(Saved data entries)
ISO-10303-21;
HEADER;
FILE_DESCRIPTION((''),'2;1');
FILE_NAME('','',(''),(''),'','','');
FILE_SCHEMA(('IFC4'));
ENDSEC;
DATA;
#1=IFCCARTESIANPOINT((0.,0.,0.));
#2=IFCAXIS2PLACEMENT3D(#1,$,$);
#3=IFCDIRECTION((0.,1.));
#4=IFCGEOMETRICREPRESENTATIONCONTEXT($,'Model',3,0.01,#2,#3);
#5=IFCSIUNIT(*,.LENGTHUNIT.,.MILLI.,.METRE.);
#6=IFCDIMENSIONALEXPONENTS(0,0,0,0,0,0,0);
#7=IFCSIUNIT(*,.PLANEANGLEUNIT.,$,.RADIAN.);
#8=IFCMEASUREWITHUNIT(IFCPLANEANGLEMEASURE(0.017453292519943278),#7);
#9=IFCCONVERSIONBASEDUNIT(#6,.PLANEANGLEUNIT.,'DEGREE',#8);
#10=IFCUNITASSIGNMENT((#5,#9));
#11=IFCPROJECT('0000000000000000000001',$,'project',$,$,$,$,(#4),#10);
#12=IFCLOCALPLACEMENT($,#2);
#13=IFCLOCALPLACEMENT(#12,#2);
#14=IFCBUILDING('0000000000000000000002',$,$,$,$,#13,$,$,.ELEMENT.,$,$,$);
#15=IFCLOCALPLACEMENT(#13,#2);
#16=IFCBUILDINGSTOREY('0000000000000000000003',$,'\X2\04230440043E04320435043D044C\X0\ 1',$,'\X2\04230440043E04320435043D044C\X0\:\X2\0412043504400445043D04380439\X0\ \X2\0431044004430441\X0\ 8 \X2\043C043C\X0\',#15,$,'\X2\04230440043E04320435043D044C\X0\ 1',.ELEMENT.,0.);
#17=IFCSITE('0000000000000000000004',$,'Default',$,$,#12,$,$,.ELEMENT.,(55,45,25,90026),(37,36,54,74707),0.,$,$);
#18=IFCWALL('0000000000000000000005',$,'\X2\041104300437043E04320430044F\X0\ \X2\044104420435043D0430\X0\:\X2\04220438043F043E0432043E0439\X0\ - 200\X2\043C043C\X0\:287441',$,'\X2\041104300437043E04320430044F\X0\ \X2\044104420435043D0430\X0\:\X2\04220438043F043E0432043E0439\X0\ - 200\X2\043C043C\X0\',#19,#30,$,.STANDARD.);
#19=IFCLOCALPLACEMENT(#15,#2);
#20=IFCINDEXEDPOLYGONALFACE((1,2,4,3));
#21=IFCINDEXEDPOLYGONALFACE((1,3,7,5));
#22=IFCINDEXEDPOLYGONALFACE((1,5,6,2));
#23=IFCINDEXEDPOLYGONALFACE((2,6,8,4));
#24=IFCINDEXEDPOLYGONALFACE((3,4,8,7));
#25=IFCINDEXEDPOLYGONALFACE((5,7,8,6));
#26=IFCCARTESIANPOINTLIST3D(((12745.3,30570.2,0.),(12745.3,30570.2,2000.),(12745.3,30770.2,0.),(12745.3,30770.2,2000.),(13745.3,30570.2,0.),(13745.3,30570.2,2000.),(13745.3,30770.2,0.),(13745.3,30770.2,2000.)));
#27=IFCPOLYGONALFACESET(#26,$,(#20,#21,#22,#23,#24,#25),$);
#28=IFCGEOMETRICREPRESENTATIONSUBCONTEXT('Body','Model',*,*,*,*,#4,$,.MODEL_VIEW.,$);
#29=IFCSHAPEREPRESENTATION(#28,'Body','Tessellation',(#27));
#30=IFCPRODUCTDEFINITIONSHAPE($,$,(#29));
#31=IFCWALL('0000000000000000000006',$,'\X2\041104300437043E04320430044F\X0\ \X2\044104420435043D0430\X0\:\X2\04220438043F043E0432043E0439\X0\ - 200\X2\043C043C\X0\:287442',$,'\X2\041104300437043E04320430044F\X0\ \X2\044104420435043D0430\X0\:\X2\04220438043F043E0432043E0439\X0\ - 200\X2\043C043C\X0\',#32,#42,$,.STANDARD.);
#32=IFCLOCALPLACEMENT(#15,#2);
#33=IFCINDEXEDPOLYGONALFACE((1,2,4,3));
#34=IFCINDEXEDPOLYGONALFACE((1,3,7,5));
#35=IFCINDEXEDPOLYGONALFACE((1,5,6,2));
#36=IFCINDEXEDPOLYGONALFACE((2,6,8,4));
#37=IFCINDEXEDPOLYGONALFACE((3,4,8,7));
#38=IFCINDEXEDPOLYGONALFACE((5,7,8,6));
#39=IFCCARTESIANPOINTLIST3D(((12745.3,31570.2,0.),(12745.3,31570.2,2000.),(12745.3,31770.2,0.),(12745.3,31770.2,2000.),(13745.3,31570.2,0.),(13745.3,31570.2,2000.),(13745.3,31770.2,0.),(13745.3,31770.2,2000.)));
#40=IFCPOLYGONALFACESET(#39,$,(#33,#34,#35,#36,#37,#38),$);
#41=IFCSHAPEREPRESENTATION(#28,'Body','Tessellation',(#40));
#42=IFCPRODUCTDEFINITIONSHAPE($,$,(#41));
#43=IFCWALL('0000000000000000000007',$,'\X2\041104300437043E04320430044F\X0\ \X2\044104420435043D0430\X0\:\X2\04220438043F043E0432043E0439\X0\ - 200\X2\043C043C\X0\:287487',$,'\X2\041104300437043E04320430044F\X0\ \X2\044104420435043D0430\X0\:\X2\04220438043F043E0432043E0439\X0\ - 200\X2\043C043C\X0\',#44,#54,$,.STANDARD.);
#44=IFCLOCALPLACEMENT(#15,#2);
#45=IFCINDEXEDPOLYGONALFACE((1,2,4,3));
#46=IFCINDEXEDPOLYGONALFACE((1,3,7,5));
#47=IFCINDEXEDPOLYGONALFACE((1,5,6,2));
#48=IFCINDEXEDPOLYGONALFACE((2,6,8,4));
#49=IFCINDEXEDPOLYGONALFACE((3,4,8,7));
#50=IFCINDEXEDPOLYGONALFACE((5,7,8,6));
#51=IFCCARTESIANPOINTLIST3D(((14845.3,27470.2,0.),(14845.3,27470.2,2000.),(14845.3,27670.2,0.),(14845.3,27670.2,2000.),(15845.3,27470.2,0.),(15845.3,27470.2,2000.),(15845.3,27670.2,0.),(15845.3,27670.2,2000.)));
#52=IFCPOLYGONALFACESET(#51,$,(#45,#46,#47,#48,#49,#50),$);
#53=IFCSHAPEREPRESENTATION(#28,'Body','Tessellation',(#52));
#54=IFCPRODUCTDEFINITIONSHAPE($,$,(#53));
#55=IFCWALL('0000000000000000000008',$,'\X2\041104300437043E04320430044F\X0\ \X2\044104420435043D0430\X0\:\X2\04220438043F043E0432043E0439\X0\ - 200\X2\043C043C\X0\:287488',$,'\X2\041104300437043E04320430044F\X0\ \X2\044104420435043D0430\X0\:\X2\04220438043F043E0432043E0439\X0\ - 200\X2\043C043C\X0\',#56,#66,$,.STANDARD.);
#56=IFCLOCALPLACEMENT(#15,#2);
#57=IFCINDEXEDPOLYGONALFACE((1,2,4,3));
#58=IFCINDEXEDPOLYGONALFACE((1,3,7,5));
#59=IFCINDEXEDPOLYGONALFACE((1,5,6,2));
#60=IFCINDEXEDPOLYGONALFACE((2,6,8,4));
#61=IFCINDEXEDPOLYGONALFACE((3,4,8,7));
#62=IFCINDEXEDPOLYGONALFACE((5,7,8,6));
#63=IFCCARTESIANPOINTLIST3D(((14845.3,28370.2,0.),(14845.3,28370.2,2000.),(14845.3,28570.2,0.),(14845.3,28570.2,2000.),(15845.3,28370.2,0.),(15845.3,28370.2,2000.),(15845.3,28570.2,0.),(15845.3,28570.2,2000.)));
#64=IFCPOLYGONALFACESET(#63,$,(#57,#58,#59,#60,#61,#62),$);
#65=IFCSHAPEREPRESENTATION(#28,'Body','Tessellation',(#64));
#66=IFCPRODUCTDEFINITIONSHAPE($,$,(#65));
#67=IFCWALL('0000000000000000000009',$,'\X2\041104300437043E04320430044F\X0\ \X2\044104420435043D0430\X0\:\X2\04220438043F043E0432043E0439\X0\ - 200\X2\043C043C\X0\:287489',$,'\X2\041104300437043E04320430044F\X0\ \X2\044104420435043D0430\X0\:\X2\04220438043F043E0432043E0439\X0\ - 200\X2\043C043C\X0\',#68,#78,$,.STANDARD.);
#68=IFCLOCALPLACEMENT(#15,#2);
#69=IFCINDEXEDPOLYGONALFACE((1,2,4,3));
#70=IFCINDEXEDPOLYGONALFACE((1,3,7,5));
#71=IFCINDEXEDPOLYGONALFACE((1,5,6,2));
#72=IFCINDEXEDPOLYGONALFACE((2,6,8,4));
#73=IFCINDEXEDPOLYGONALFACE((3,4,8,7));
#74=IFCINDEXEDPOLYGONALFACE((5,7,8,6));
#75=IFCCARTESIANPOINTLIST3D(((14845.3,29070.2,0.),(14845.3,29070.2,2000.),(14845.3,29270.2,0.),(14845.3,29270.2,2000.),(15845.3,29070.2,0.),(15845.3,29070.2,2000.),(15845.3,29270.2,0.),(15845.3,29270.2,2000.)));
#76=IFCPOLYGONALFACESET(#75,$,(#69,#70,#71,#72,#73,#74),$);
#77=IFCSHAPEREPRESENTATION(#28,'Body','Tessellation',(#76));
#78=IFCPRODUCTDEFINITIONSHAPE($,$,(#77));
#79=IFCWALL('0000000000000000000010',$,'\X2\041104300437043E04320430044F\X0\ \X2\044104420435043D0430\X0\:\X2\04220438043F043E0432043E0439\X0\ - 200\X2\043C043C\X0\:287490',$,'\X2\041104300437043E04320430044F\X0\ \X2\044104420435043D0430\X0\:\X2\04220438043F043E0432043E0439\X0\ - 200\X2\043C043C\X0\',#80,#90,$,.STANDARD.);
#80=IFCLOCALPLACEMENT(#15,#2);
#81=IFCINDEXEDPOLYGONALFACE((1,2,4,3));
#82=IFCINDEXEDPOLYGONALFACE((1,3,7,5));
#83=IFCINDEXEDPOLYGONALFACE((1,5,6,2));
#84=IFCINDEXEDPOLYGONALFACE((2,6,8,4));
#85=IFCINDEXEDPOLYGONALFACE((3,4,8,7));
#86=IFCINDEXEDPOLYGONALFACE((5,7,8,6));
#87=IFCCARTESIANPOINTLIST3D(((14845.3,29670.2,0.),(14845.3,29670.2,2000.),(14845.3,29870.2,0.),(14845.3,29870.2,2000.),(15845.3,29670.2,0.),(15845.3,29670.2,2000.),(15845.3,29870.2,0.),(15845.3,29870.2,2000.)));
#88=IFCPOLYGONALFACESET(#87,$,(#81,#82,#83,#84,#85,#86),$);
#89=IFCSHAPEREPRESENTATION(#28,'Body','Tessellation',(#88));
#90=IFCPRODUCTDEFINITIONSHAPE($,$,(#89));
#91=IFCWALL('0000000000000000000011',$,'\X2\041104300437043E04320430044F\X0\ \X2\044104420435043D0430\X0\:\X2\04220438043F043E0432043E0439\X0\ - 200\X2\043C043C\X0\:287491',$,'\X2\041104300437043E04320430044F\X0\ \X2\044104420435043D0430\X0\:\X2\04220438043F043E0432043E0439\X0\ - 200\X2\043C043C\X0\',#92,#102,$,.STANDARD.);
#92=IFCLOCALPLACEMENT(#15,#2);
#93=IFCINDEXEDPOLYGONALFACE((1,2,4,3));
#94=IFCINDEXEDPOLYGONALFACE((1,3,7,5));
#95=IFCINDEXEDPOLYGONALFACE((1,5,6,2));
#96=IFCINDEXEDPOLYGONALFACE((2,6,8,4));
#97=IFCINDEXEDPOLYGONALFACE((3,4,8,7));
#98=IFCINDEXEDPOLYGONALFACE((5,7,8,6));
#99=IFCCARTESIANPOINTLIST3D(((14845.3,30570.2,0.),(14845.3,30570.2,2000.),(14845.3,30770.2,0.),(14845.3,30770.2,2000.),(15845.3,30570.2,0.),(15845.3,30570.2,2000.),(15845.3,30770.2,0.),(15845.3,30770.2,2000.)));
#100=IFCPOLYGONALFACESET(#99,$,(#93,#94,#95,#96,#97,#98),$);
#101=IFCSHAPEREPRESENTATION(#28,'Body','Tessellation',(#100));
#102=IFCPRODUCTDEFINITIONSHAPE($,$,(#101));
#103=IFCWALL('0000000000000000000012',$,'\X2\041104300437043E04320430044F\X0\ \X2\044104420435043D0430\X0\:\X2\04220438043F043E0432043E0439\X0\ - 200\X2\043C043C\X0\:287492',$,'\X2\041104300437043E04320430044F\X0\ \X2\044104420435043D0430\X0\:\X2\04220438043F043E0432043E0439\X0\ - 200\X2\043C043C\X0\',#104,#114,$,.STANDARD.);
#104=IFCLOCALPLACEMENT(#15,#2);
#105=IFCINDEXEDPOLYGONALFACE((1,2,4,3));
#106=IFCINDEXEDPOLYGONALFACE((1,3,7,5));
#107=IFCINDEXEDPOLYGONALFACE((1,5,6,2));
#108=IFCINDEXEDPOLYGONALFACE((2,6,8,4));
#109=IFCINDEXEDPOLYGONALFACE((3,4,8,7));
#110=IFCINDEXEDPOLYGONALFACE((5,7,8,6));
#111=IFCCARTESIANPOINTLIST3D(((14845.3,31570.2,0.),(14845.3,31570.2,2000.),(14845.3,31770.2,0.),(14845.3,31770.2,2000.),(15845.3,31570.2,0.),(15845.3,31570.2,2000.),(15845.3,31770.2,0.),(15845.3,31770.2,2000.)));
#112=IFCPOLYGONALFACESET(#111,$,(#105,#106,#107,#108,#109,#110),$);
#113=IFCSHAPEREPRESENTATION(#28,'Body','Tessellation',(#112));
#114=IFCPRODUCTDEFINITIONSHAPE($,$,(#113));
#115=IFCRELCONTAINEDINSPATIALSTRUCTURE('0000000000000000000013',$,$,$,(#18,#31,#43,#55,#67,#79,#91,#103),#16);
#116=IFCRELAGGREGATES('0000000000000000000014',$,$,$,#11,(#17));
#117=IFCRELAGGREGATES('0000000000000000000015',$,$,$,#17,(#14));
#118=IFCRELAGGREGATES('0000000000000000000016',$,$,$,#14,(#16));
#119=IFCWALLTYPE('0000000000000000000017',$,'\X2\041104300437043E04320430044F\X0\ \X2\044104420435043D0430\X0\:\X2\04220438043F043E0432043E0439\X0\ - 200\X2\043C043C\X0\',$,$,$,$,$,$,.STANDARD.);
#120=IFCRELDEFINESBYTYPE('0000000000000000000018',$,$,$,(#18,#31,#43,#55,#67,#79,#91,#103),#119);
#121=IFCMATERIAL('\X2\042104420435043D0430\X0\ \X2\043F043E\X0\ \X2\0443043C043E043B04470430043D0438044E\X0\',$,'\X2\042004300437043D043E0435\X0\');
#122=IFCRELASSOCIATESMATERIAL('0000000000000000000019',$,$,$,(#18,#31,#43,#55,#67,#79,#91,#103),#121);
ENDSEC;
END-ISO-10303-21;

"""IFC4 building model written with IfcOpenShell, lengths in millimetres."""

from ifc_helpers import new_model, entity, si_unit, converted_unit, direction, frame, origin, place, context, subcontext, project, spatial, indexed_curve, outline, extrude, material, type_object, element, save


model = new_model("IFC4")

# Units and contexts
model_context = context("Model", 3, precision=0.01, world=origin(), true_north=direction((0.0, 1.0)))
body_context = subcontext(model_context, "Body", "Model", "MODEL_VIEW")
ifc_project = project(units=[si_unit("LENGTHUNIT", "METRE", prefix="MILLI"), converted_unit("PLANEANGLEUNIT", "DEGREE", entity("IfcPlaneAngleMeasure", 0.017453292519943278), si_unit("PLANEANGLEUNIT", "RADIAN"), dimensions=[0, 0, 0, 0, 0, 0, 0])], contexts=[model_context])

# Site, building, storey
site_placement = place(None, origin())
site = spatial("IfcSite", under=ifc_project, at=site_placement, Name="Default", CompositionType="ELEMENT", RefLatitude=(55, 45, 25, 90026), RefLongitude=(37, 36, 54, 74707), RefElevation=0.0)
building_placement = place(site_placement, origin())
building = spatial("IfcBuilding", under=site, at=building_placement, CompositionType="ELEMENT")
storey_placement = place(building_placement, origin())
storey = spatial("IfcBuildingStorey", under=building, at=storey_placement, Name="Уровень 1", ObjectType="Уровень:Верхний брус 8 мм", LongName="Уровень 1", CompositionType="ELEMENT", Elevation=0.0)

EXERCISE DIRECTIONS :: Return every line from the entries above that includes the word "IFCPRODUCTDEFINITIONSHAPE".

YOUR RESPONSE ::
#30=IFCPRODUCTDEFINITIONSHAPE($,$,(#29));
#42=IFCPRODUCTDEFINITIONSHAPE($,$,(#41));
#54=IFCPRODUCTDEFINITIONSHAPE($,$,(#53));
#66=IFCPRODUCTDEFINITIONSHAPE($,$,(#65));
#78=IFCPRODUCTDEFINITIONSHAPE($,$,(#77));
#90=IFCPRODUCTDEFINITIONSHAPE($,$,(#89));
#102=IFCPRODUCTDEFINITIONSHAPE($,$,(#101));
#114=IFCPRODUCTDEFINITIONSHAPE($,$,(#113));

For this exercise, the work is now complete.